Les connaissances et les compétences requises par le monde d'aujourd'hui sont en rapide évolution. A cet égard, il est tout à fait normal et souhaitable que les épreuves d'un concours destiné à recruter des enseignants pour demain évoluent elles aussi. L'évolution du concours d'agrégation doit prendre en compte ces changements.
Il paraît néanmoins nécessaire de souligner que la réforme est soudainement imposée en fin d'année universitaire, avec une concertation préalable très insuffisante, sans délai de réflexion.
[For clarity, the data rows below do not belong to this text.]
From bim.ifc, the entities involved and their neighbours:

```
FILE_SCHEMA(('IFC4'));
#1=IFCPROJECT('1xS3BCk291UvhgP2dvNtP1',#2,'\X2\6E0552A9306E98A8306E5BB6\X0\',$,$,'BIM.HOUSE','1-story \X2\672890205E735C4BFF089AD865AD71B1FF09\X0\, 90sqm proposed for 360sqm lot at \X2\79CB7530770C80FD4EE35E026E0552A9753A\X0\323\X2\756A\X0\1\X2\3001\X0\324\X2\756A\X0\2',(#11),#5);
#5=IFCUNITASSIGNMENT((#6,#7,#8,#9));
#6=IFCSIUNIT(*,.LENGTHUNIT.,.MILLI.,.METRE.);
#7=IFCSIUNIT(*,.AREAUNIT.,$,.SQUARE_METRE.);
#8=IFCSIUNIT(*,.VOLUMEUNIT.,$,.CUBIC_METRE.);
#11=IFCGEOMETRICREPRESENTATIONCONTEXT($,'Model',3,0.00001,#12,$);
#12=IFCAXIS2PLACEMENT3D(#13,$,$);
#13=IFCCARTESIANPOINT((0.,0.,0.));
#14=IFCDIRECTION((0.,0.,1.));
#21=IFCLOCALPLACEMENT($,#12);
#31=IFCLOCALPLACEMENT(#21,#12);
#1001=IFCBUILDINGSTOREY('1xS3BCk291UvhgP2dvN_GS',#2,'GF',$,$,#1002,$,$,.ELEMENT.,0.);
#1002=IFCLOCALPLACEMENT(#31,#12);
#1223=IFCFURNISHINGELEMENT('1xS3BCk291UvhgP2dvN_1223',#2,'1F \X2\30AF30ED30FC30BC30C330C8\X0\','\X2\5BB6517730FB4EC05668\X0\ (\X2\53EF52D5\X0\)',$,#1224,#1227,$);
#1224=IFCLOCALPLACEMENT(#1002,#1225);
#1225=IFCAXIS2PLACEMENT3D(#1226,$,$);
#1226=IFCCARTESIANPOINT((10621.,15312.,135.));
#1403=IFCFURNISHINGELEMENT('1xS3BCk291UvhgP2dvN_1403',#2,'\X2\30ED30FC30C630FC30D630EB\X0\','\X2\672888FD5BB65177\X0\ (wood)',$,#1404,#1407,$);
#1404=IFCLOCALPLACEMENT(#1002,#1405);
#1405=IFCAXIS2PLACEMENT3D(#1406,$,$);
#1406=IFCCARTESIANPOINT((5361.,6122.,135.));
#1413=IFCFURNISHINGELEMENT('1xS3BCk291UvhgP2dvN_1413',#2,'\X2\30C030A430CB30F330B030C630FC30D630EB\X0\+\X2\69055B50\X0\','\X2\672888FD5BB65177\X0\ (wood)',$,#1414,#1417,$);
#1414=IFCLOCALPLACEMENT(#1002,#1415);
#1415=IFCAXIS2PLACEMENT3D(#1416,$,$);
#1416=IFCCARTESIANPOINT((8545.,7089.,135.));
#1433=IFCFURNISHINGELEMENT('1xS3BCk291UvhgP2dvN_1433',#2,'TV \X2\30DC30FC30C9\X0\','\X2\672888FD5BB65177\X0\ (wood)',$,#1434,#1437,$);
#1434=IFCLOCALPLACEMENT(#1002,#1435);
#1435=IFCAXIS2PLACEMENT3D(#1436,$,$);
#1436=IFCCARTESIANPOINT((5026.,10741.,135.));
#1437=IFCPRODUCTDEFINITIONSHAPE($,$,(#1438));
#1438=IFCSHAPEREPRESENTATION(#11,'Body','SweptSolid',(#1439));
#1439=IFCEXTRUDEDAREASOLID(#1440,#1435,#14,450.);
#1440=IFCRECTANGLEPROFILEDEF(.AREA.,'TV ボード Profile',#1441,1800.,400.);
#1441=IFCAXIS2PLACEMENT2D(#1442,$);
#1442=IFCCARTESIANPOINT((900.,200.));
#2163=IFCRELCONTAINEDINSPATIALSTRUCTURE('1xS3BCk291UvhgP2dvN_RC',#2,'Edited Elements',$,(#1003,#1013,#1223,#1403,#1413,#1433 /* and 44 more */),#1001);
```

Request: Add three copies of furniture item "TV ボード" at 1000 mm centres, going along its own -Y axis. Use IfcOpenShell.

```python
import ifcopenshell
import ifcopenshell.api.geometry
import ifcopenshell.api.root
import ifcopenshell.util.element
import ifcopenshell.util.placement

model = ifcopenshell.open("bim.ifc")


def reuse_history(source, copy):
    """copy_class also copies each property set's owner history, people and application; keep the originals."""
    for rel in copy.IsDefinedBy:
        if rel.is_a("IfcRelDefinesByProperties") and (history := rel.RelatingPropertyDefinition.OwnerHistory):
            rel.RelatingPropertyDefinition.OwnerHistory = source.OwnerHistory
            ifcopenshell.util.element.remove_deep2(model, history)


source = model.by_id(1433)
base = ifcopenshell.util.placement.get_local_placement(source.ObjectPlacement)
step = -base[:3, 1] * 1000.0

for i in range(1, 4):
    copy = ifcopenshell.api.root.copy_class(model, product=source)
    copy.Representation = ifcopenshell.util.element.copy_deep(
        model, source.Representation, exclude=["IfcGeometricRepresentationContext", "IfcRepresentationMap"]
    )
    reuse_history(source, copy)
    matrix = base.copy()
    matrix[:3, 3] += i * step
    print("added at", matrix[:3, 3].round(3) + 0.0)
    ifcopenshell.api.geometry.edit_object_placement(model, product=copy, matrix=matrix, is_si=False)

model.write("bim_edited.ifc")
```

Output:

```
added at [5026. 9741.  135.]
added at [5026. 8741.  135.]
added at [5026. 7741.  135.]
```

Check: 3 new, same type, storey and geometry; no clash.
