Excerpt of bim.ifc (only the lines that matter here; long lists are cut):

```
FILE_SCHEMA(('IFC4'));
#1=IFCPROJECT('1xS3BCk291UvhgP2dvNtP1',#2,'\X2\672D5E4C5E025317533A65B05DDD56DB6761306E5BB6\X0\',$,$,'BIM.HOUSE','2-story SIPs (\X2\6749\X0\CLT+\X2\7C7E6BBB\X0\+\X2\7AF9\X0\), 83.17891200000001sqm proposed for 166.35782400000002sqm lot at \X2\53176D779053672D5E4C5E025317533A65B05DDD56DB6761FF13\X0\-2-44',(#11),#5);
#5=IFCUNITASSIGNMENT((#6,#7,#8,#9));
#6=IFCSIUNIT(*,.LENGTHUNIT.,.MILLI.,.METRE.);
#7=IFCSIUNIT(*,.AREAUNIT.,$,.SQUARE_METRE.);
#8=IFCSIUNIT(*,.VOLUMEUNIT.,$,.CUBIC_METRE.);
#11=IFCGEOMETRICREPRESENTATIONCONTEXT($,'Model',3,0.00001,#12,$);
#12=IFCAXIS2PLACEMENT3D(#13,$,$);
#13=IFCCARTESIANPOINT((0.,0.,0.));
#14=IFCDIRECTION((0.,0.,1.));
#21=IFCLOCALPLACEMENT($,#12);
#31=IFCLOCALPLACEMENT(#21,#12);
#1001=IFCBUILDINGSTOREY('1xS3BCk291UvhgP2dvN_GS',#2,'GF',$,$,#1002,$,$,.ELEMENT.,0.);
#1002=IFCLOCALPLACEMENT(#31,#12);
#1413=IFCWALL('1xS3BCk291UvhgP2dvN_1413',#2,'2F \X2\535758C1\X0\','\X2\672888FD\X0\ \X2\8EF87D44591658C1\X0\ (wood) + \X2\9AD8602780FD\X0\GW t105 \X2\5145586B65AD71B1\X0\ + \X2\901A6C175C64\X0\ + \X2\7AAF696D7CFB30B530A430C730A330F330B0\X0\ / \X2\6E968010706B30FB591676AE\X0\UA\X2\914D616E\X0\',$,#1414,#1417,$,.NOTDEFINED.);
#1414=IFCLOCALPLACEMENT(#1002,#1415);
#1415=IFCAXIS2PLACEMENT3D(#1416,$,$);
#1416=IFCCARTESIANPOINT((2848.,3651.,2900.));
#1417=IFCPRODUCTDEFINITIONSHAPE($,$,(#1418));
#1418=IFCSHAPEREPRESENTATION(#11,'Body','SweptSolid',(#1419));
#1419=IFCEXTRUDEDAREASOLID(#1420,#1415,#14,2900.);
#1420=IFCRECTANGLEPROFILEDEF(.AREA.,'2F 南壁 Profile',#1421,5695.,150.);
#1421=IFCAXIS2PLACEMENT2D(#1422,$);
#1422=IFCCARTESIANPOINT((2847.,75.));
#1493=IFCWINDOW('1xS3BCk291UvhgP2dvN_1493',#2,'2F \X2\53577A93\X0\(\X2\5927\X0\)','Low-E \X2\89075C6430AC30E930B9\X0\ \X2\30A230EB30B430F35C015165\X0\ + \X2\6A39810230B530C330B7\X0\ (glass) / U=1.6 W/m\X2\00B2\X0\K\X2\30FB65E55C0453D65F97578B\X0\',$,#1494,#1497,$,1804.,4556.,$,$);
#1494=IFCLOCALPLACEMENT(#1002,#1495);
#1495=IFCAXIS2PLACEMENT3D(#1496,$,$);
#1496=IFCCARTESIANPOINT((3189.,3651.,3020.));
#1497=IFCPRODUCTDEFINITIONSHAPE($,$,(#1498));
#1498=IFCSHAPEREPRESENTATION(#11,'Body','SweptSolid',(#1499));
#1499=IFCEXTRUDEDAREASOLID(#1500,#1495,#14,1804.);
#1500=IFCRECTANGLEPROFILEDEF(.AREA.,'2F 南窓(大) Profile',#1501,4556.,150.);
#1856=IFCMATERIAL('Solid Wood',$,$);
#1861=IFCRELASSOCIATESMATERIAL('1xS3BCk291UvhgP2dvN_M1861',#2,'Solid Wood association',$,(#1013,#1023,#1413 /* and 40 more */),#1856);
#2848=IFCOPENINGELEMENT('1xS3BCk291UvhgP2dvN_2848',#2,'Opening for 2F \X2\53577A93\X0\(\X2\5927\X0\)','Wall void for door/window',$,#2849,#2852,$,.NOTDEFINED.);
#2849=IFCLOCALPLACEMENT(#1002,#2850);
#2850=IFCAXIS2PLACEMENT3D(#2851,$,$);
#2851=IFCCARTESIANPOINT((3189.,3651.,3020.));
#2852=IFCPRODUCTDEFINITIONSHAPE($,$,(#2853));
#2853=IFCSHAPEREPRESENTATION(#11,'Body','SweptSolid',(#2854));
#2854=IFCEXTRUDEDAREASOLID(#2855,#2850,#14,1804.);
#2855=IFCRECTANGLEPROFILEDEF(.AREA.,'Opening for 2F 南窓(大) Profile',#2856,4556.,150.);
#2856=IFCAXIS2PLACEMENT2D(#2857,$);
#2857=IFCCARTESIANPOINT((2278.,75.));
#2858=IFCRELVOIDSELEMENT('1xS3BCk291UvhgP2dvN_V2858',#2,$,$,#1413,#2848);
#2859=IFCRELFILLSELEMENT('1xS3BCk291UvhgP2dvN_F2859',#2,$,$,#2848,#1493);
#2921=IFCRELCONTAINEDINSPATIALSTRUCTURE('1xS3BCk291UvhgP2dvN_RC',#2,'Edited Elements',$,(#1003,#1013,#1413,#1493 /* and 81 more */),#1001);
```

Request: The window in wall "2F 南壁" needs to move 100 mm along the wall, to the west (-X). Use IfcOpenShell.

```python
import ifcopenshell
import ifcopenshell.api.geometry
import ifcopenshell.util.placement

model = ifcopenshell.open("bim.ifc")

window = model.by_guid("1xS3BCk291UvhgP2dvN_1493")
opening = window.FillsVoids[0].RelatingOpeningElement
wall = opening.VoidsElements[0].RelatingBuildingElement

wall_matrix = ifcopenshell.util.placement.get_local_placement(wall.ObjectPlacement)
shift = wall_matrix[:3, 0] * -100.0
before = ifcopenshell.util.placement.get_local_placement(window.ObjectPlacement)[:3, 3].copy()

# The window is not placed relative to its opening, so move both.
for product in (opening, window):
    matrix = ifcopenshell.util.placement.get_local_placement(product.ObjectPlacement)
    matrix[:3, 3] += shift
    ifcopenshell.api.geometry.edit_object_placement(model, product=product, matrix=matrix, is_si=False)

after = ifcopenshell.util.placement.get_local_placement(window.ObjectPlacement)[:3, 3]
print("window moved by", (after - before).round(3) + 0.0)

model.write("bim_updated.ifc")
```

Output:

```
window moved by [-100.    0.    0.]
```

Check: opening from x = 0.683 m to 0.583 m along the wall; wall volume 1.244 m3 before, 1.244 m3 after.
Elle ne laisse pas aux collègues responsables des préparations à l'agrégation le temps nécessaire pour organiser la préparation au concours rénové de 1999. Elle ne permet même pas de réorganiser les enseignements des licences et maîtrises de mathématiques afin de préparer les étudiants convenablement pour les concours de 2000 et 2001.
Pour ce qui concerne la suppression de l'épreuve d'option à l'écrit, la précipitation est d'autant plus surprenante qu'avaient été publiés au BO quelques semaines auparavant des programmes rénovés portant précisément sur les épreuves d'écrit supprimées dans le BO du 21-5-98. Les candidats et les préparateurs du concours pour l'année prochaine peuvent légitimement se sentir très inquiets.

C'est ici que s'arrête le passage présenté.